The [Whisper paper](https://cdn.openai.com/papers/whisper.pdf) demonstrates the drastic effect that normalising the text outputs have on WER. The normalisation step is important as it removes errors unrelated to the speech recognition task, such as casing and punctuation. It also makes the formatting consistent between references and predictions by converting spelled out numbers to symbollic form (e.g. "two" -> "2") and British spellings to American (e.g. "grey" -> "gray").

We first write a function to normalise the reference of a single sample according to the Whisper English text normaliser:

In [13]:
whisper_norm = whisper_asr.tokenizer._normalize

def normalise(batch):
    batch["norm_text"] = whisper_norm(get_text(batch))
    return batch

We'll apply this function to our data using 🤗 Datasets' [`.map`](https://huggingface.co/docs/datasets/process#map) method in our evaluation pipeline.

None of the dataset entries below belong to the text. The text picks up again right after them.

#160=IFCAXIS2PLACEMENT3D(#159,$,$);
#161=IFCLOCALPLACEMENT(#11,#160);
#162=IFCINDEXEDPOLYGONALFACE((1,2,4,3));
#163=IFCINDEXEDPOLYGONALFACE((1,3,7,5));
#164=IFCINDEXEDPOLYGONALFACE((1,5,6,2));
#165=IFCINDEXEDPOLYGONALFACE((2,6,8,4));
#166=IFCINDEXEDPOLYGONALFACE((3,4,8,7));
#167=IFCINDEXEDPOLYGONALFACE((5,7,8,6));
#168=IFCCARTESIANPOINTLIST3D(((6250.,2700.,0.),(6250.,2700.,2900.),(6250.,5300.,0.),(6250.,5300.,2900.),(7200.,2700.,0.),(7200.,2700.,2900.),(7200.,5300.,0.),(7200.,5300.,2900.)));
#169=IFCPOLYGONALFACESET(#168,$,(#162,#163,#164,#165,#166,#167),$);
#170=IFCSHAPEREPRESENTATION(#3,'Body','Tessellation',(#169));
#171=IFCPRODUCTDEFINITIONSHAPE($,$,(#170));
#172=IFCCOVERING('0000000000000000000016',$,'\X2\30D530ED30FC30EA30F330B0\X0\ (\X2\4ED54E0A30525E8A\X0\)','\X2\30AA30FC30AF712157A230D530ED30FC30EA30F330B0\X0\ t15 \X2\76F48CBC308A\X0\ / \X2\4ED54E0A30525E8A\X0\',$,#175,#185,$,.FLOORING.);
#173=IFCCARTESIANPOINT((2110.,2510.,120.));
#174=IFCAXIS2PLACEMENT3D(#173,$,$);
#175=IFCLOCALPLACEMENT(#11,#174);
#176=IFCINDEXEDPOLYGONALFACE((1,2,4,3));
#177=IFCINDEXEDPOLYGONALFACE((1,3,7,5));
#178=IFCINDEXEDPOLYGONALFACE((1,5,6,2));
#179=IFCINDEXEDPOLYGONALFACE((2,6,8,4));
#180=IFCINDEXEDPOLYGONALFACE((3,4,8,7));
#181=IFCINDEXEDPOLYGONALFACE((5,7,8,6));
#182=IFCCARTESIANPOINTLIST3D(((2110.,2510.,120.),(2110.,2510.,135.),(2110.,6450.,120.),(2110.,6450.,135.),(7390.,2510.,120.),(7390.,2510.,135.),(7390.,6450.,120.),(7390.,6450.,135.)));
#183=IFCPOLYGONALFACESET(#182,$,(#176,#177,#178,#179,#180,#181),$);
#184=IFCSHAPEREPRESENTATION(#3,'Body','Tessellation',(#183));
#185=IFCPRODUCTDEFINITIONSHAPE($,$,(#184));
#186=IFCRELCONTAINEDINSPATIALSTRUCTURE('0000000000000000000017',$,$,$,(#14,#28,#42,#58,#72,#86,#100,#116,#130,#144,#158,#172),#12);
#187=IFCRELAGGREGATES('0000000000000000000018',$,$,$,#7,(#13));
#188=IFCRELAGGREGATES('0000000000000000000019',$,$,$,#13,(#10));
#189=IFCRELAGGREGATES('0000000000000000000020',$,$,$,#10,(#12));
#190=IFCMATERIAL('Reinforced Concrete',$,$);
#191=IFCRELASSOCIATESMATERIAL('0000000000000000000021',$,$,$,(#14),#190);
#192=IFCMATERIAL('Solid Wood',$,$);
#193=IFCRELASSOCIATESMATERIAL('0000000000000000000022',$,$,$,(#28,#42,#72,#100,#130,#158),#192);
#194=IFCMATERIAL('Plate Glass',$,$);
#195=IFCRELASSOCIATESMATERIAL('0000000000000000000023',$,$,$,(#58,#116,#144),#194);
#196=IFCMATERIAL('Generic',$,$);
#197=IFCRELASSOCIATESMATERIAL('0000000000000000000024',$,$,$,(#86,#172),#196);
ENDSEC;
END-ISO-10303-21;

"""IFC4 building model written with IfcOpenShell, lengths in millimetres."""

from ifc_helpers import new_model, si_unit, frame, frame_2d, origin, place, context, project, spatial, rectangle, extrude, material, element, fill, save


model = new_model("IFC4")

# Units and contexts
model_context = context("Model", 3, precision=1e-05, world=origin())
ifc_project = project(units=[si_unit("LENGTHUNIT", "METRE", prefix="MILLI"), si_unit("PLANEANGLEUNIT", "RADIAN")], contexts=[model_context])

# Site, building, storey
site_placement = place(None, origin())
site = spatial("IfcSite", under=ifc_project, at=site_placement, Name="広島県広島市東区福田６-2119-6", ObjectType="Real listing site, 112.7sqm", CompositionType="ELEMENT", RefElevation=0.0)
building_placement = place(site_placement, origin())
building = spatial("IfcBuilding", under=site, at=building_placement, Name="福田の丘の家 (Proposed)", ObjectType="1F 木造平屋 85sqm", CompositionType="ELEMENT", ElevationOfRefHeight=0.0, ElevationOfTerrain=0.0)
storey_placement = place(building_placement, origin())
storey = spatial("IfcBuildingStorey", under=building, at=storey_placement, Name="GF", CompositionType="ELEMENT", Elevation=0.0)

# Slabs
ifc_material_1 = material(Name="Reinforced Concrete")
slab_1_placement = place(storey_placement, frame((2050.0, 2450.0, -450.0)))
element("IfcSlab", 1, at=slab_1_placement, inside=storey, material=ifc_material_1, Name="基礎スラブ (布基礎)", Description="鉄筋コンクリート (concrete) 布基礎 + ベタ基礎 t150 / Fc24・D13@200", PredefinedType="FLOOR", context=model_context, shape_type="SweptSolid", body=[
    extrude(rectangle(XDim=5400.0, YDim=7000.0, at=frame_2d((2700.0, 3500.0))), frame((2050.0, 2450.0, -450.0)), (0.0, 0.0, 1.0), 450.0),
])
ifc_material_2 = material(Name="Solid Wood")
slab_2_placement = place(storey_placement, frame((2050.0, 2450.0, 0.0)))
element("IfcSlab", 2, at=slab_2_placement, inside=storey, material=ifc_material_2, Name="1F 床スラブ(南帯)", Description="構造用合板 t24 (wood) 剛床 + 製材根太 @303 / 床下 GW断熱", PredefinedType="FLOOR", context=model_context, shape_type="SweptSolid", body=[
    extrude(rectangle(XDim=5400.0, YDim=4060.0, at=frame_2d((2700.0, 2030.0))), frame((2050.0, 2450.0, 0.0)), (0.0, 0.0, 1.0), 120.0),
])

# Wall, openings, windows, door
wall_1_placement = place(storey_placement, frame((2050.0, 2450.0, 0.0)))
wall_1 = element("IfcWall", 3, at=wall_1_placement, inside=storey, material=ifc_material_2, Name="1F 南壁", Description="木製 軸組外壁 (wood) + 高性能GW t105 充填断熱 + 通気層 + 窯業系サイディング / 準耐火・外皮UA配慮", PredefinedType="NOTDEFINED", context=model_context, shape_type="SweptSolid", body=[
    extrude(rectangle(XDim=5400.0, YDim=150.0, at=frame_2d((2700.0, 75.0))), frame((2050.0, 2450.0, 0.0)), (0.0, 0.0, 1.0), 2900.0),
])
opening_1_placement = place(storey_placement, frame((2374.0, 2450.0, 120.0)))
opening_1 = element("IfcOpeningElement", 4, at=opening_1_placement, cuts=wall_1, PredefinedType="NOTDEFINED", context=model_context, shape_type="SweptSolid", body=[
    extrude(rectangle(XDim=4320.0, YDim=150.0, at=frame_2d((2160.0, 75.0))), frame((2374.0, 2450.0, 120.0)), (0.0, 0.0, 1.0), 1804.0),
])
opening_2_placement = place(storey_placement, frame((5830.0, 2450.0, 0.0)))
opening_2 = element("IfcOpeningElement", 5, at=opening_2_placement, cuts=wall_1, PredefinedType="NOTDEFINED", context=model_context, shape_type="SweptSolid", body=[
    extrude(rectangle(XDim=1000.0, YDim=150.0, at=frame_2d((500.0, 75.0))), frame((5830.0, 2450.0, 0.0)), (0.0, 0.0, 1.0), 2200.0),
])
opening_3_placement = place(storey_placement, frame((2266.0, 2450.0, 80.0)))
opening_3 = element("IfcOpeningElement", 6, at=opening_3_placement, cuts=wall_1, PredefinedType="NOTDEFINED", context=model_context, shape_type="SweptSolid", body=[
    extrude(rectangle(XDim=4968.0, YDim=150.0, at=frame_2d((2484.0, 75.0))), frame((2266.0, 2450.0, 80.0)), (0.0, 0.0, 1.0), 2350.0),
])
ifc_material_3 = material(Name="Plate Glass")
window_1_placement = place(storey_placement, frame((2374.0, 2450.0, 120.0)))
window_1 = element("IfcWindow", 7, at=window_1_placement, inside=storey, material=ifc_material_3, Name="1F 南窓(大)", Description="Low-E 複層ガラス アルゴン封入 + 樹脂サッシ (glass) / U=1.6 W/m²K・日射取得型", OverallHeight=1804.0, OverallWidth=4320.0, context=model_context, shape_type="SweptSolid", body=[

We also need to remove any empty reference transcriptions from our dataset, as these will give a divide by 0 error in the WER calculation.

We write a function that indicates which samples to keep, and which to discard. This function, `is_target_text_in_range`, returns a boolean: reference transcriptions that are not empty return True, and those are empty return False:

In [14]:
filter_sequences = ["ignore time segment in scoring", ""]

def is_target_text_in_range(ref):
    ref = ref.strip()
    return ref not in filter_sequences

Again, we'll apply this function to our data using 🤗 Datasets' [`.map`](https://huggingface.co/docs/datasets/process#map) method in our evaluation pipeline.

## Multi-Dataset Evaluation

In this final section, we combine everything together to form the multi-dataset evaluation loop for the Whisper model.

First, we define a generator that iterates over the dataset and yields the audio samples and reference text ready for our model:

In [15]:
def data(dataset):
    for i, item in enumerate(dataset):
        yield {**item["audio"], "reference": item["norm_text"]}

We then loop over the ESB datasets and compute the individual WER scores, combining the single-dataset evaluation steps into one loop. We store the WER results in a separate list to display later.

We only evaluate on the first 128 samples for each dataset to demonstrate how this script can be used for multi-dataset evluation with streaming mode. If you want to evaluate on the entire dataset, comment out or remove this line.

In [16]:
from datasets import Audio

# set the batch size in accordance to your device
BATCH_SIZE = 16
wer_results = []

# loop over all the datasets in the ESB benchmark
for dataset_name, dataset in esb_datasets.items():
    # only for debugging, restricts the number of rows to numeric value in brackets
    dataset = dataset.take(128)

    # resample to 16kHz
    dataset = dataset.cast_column("audio", Audio(sampling_rate=16000))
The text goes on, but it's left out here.